In physics, we measure absolute values.
Only in **Finance** do we obsess over "Daily Returns."
That function exists solely to convert Stock Prices into **Returns** for volatility modeling.
What about `df.shift(1)`? I use that to move rows down.
That is for **Lag Generation**.
In trading, you need to compare Today's Price with Yesterday's Price.
`shift(1)` is the time machine required to build a Momentum Strategy.
They don't line up! Row 2 on Apple is 10:02. Row 2 on Adobe is 10:03.
If I subtract them, I'm subtracting different times!
That is the time series **Alignment Problem**.
Pandas aligns data by the **Label** (The Index), not the integer location.
This prevents you from calculating a "Fake Correlation" between mismatched times.
That... is actually really useful for stocks.
It is *essential*. Without it, your backtest is garbage.
And the name. **Pandas**.
Cute Chinese bears! Bamboo!
No.
**PAN**el **DA**ta **S**tructures.
Panel Data?
It's an Econometrics term.
Financial data is 3D. You track *Many Stocks* over *Many Days* with *Many Metrics*.
That is a **Panel**.
So there is no Chinese bear?
There is only a multidimensional matrix optimized for C-contiguous memory access and **bear market predictions**.
Fine.

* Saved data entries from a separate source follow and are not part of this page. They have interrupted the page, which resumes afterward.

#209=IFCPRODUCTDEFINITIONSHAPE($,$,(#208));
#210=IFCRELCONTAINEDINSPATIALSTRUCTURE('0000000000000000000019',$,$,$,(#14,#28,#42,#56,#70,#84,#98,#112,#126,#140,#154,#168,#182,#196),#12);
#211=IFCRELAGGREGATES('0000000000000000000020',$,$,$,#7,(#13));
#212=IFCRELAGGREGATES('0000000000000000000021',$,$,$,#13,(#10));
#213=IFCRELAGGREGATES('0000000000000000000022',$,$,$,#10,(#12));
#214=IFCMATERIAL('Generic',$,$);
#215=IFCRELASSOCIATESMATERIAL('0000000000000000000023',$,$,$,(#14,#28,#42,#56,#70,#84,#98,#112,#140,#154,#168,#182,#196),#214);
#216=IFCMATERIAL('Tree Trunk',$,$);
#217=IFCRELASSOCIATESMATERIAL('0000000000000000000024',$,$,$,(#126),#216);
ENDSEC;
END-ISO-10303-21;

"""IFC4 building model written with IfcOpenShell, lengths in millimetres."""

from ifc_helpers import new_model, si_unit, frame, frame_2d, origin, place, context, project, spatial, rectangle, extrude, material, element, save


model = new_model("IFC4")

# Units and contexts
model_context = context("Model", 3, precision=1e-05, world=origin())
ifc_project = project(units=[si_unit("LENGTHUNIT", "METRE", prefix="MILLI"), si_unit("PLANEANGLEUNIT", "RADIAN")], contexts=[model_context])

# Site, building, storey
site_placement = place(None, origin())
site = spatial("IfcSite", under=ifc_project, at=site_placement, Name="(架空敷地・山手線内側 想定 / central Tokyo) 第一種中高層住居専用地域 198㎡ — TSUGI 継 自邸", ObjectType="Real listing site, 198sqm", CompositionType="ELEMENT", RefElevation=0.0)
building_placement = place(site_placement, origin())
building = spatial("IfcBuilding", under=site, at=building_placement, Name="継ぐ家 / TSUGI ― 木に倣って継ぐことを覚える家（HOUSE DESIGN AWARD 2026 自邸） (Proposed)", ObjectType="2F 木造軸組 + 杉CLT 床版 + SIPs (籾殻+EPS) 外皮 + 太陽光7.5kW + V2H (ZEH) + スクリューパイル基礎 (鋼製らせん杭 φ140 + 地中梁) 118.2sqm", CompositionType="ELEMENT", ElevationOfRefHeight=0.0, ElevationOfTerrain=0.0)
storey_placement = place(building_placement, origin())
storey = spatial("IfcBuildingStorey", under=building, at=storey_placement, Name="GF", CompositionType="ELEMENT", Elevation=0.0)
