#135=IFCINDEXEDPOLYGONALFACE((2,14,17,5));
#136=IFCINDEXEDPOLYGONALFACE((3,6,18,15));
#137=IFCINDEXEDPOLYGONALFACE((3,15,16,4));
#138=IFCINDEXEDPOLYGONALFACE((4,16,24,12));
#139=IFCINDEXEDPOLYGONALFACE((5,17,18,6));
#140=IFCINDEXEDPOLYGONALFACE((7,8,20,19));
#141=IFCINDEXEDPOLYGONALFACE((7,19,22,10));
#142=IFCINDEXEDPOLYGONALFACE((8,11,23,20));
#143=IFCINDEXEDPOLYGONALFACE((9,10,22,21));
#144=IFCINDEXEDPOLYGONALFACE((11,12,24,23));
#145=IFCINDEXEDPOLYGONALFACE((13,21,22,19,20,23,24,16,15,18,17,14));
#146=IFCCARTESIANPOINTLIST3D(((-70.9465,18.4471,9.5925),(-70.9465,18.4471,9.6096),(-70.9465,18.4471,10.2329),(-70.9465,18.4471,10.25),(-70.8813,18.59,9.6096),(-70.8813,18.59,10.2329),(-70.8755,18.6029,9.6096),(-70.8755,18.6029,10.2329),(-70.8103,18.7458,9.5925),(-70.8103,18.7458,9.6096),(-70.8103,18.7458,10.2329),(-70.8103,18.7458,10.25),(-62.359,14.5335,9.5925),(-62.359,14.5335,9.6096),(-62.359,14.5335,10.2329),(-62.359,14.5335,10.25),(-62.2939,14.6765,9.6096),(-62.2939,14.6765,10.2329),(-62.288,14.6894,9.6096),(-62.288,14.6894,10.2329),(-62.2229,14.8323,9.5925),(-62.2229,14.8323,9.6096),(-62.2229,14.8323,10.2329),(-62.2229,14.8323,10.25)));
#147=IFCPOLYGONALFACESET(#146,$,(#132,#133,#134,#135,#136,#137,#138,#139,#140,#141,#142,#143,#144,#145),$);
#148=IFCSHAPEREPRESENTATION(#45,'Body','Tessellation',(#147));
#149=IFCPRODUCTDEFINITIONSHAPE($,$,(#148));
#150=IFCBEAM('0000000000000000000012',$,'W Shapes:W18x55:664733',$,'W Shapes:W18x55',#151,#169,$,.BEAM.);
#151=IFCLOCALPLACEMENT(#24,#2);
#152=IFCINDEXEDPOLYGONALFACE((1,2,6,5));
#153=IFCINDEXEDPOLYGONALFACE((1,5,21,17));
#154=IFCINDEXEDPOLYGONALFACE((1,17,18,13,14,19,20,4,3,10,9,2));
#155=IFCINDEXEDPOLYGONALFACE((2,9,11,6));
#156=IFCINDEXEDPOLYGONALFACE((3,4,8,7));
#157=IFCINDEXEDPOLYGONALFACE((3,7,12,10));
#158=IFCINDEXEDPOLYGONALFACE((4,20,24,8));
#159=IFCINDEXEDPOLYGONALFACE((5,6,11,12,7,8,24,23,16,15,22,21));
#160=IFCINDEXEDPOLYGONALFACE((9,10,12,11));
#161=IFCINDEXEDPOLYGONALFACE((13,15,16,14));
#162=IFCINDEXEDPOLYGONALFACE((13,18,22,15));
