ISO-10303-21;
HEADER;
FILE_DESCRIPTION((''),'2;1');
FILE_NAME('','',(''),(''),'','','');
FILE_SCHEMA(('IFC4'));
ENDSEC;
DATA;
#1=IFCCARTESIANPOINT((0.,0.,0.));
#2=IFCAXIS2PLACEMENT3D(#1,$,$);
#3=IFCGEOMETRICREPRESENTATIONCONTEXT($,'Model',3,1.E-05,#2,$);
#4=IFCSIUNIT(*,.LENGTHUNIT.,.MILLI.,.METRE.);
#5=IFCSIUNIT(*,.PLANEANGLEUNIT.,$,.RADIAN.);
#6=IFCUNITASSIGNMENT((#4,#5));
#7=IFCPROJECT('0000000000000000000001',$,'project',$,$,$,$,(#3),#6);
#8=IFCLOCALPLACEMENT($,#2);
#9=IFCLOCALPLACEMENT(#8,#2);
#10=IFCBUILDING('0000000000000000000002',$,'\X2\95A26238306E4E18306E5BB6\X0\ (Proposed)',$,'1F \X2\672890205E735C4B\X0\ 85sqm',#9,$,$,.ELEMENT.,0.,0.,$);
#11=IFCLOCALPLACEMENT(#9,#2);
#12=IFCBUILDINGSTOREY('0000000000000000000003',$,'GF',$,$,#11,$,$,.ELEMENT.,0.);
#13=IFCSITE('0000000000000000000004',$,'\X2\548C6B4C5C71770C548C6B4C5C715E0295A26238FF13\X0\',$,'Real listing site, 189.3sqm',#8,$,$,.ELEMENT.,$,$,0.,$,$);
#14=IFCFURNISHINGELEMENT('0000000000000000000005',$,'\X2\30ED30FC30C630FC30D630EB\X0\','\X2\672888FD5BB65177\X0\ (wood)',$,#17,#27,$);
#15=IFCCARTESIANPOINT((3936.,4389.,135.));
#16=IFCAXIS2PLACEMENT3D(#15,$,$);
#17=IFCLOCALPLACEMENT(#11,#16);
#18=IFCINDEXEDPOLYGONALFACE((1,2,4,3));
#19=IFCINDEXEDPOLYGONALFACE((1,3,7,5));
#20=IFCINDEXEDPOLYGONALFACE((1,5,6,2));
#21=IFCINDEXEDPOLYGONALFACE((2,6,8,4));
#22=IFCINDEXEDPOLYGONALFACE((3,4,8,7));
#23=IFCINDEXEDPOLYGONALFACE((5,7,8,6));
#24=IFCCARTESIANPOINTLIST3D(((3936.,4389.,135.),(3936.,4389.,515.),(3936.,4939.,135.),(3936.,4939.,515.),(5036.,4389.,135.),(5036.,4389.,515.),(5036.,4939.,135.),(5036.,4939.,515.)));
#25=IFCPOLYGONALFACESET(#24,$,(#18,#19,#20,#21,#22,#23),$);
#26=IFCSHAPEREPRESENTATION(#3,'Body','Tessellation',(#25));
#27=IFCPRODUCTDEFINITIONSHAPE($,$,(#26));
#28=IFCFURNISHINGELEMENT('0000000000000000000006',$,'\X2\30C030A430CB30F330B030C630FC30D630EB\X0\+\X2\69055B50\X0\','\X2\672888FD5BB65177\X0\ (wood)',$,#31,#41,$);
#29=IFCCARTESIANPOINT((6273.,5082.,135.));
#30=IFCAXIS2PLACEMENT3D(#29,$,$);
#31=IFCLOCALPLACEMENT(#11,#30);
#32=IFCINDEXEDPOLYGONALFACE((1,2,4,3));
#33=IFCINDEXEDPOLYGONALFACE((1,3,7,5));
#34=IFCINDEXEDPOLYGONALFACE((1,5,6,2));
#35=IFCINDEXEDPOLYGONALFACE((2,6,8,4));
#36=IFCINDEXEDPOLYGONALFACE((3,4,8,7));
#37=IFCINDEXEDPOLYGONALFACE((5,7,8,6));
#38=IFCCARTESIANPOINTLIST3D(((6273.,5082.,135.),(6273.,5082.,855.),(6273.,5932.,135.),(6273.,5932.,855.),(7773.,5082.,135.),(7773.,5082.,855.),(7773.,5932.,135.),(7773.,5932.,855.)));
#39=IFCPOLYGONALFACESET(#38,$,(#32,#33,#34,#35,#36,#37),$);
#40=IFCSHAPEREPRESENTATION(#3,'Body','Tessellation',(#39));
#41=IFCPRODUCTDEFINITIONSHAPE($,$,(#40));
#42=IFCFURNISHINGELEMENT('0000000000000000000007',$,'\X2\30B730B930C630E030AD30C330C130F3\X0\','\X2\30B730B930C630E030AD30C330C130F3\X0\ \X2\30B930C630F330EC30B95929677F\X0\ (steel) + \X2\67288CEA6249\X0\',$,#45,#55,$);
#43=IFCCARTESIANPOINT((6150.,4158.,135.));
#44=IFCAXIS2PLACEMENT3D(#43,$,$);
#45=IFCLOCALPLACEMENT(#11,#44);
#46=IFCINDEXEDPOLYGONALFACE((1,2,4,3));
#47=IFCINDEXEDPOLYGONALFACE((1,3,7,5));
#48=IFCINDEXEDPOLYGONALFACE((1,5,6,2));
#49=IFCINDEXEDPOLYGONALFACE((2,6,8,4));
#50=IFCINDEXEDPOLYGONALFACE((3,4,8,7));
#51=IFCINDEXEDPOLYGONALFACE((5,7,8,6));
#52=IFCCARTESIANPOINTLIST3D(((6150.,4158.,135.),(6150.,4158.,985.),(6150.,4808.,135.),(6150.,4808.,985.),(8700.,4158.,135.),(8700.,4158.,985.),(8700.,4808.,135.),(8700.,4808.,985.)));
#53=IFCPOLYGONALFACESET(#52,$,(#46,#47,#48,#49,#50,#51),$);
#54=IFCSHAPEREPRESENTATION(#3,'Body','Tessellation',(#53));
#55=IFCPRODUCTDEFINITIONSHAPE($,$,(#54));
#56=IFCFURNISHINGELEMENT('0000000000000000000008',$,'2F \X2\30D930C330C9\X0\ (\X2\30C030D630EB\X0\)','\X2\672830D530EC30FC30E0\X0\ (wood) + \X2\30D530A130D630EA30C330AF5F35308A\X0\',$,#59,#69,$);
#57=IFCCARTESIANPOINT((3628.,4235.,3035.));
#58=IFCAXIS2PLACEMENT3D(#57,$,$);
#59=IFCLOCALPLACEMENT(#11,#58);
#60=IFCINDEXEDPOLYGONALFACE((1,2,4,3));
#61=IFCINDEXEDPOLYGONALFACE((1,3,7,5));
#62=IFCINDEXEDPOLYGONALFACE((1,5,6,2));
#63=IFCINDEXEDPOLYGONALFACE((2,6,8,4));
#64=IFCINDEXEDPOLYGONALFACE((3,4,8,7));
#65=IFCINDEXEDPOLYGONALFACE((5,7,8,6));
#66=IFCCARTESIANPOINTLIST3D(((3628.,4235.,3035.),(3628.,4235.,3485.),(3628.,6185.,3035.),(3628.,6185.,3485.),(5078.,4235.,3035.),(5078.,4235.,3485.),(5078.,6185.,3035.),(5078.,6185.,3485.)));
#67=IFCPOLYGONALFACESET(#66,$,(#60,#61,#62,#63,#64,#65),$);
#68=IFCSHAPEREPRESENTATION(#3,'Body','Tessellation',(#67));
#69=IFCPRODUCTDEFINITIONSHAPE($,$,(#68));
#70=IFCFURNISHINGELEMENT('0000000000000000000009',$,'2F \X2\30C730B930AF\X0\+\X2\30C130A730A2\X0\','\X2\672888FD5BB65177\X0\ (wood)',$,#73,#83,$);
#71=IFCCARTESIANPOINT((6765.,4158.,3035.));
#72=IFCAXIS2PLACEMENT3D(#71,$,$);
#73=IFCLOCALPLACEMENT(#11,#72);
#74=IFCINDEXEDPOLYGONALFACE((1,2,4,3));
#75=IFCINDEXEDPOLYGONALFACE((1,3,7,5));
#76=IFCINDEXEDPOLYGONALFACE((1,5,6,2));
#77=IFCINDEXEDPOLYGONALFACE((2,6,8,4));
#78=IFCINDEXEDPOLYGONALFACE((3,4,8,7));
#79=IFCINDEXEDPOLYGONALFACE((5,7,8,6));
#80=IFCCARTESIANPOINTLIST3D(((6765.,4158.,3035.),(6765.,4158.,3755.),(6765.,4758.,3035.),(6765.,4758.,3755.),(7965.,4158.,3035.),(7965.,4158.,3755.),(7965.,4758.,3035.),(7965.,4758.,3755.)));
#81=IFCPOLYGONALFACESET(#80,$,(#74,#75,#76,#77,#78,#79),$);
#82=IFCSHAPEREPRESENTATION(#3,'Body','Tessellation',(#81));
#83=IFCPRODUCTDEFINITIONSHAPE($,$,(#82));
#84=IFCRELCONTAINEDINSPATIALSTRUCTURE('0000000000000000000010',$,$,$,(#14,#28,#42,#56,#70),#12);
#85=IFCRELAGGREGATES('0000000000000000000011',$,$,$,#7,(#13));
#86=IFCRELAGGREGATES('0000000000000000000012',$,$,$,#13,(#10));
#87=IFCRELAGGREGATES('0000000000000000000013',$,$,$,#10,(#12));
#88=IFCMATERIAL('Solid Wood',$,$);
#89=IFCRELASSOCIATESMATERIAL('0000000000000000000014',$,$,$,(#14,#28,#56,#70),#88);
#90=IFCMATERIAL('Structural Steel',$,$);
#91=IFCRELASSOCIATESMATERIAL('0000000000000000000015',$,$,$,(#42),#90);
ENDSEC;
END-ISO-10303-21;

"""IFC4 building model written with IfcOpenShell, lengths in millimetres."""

from ifc_helpers import new_model, si_unit, frame, frame_2d, origin, place, context, project, spatial, rectangle, extrude, material, element, save


model = new_model("IFC4")

# Units and contexts
model_context = context("Model", 3, precision=1e-05, world=origin())
ifc_project = project(units=[si_unit("LENGTHUNIT", "METRE", prefix="MILLI"), si_unit("PLANEANGLEUNIT", "RADIAN")], contexts=[model_context])

# Site, building, storey
site_placement = place(None, origin())
site = spatial("IfcSite", under=ifc_project, at=site_placement, Name="和歌山県和歌山市関戸３", ObjectType="Real listing site, 189.3sqm", CompositionType="ELEMENT", RefElevation=0.0)
building_placement = place(site_placement, origin())
building = spatial("IfcBuilding", under=site, at=building_placement, Name="関戸の丘の家 (Proposed)", ObjectType="1F 木造平屋 85sqm", CompositionType="ELEMENT", ElevationOfRefHeight=0.0, ElevationOfTerrain=0.0)
storey_placement = place(building_placement, origin())
storey = spatial("IfcBuildingStorey", under=building, at=storey_placement, Name="GF", CompositionType="ELEMENT", Elevation=0.0)

# Shared definitions
ifc_material_1 = material(Name="Solid Wood")

# Shared definitions
ifc_material_2 = material(Name="Structural Steel")

# Furnishing elements
furnishing_1_placement = place(storey_placement, frame((3936.0, 4389.0, 135.0)))
element("IfcFurnishingElement", 1, at=furnishing_1_placement, inside=storey, material=ifc_material_1, Name="ローテーブル", Description="木製家具 (wood)", context=model_context, shape_type="SweptSolid", body=[
    extrude(rectangle(XDim=1100.0, YDim=550.0, at=frame_2d((550.0, 275.0))), frame((3936.0, 4389.0, 135.0)), (0.0, 0.0, 1.0), 380.0),
])
furnishing_2_placement = place(storey_placement, frame((6273.0, 5082.0, 135.0)))
element("IfcFurnishingElement", 2, at=furnishing_2_placement, inside=storey, material=ifc_material_1, Name="ダイニングテーブル+椅子", Description="木製家具 (wood)", context=model_context, shape_type="SweptSolid", body=[
    extrude(rectangle(XDim=1500.0, YDim=850.0, at=frame_2d((750.0, 425.0))), frame((6273.0, 5082.0, 135.0)), (0.0, 0.0, 1.0), 720.0),
])
furnishing_3_placement = place(storey_placement, frame((6150.0, 4158.0, 135.0)))
element("IfcFurnishingElement", 3, at=furnishing_3_placement, inside=storey, material=ifc_material_2, Name="システムキッチン", Description="システムキッチン ステンレス天板 (steel) + 木質扉", context=model_context, shape_type="SweptSolid", body=[
    extrude(rectangle(XDim=2550.0, YDim=650.0, at=frame_2d((1275.0, 325.0))), frame((6150.0, 4158.0, 135.0)), (0.0, 0.0, 1.0), 850.0),
])
furnishing_4_placement = place(storey_placement, frame((3628.0, 4235.0, 3035.0)))
element("IfcFurnishingElement", 4, at=furnishing_4_placement, inside=storey, material=ifc_material_1, Name="2F ベッド (ダブル)", Description="木フレーム (wood) + ファブリック張り", context=model_context, shape_type="SweptSolid", body=[
    extrude(rectangle(XDim=1450.0, YDim=1950.0, at=frame_2d((725.0, 975.0))), frame((3628.0, 4235.0, 3035.0)), (0.0, 0.0, 1.0), 450.0),
])
furnishing_5_placement = place(storey_placement, frame((6765.0, 4158.0, 3035.0)))
element("IfcFurnishingElement", 5, at=furnishing_5_placement, inside=storey, material=ifc_material_1, Name="2F デスク+チェア", Description="木製家具 (wood)", context=model_context, shape_type="SweptSolid", body=[
    extrude(rectangle(XDim=1200.0, YDim=600.0, at=frame_2d((600.0, 300.0))), frame((6765.0, 4158.0, 3035.0)), (0.0, 0.0, 1.0), 720.0),
])

save(model, "model.ifc")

It's a finance tool.
But why is it so slow? If Quants use it, shouldn't it be instant?
Slow? What do you mean?
`for index, row in df.iterrows(): ...`
Stop! Stop! You are killing it!
Python loops are slow. They check type safety at every step.
Pandas is built on **NumPy** (C code). It wants to go fast.
When you do this, you aren't adding numbers one by one.
You are sending a command to the CPU: "Add these two arrays using SIMD instructions."
Quants need speed. Waiting in a `for` loop means your profits is going to next door's hedge fund.
So... `df.rolling(20).mean()`?
That calculates the **20-Day Moving Average**. A classic trading signal.
`df.corr()`
**Correlation Matrix**. Find out which stocks move together or in opposite directions. That's the backbone of portfolio construction.
This whole time I've been using a Hedge Fund weapon... to sort cats.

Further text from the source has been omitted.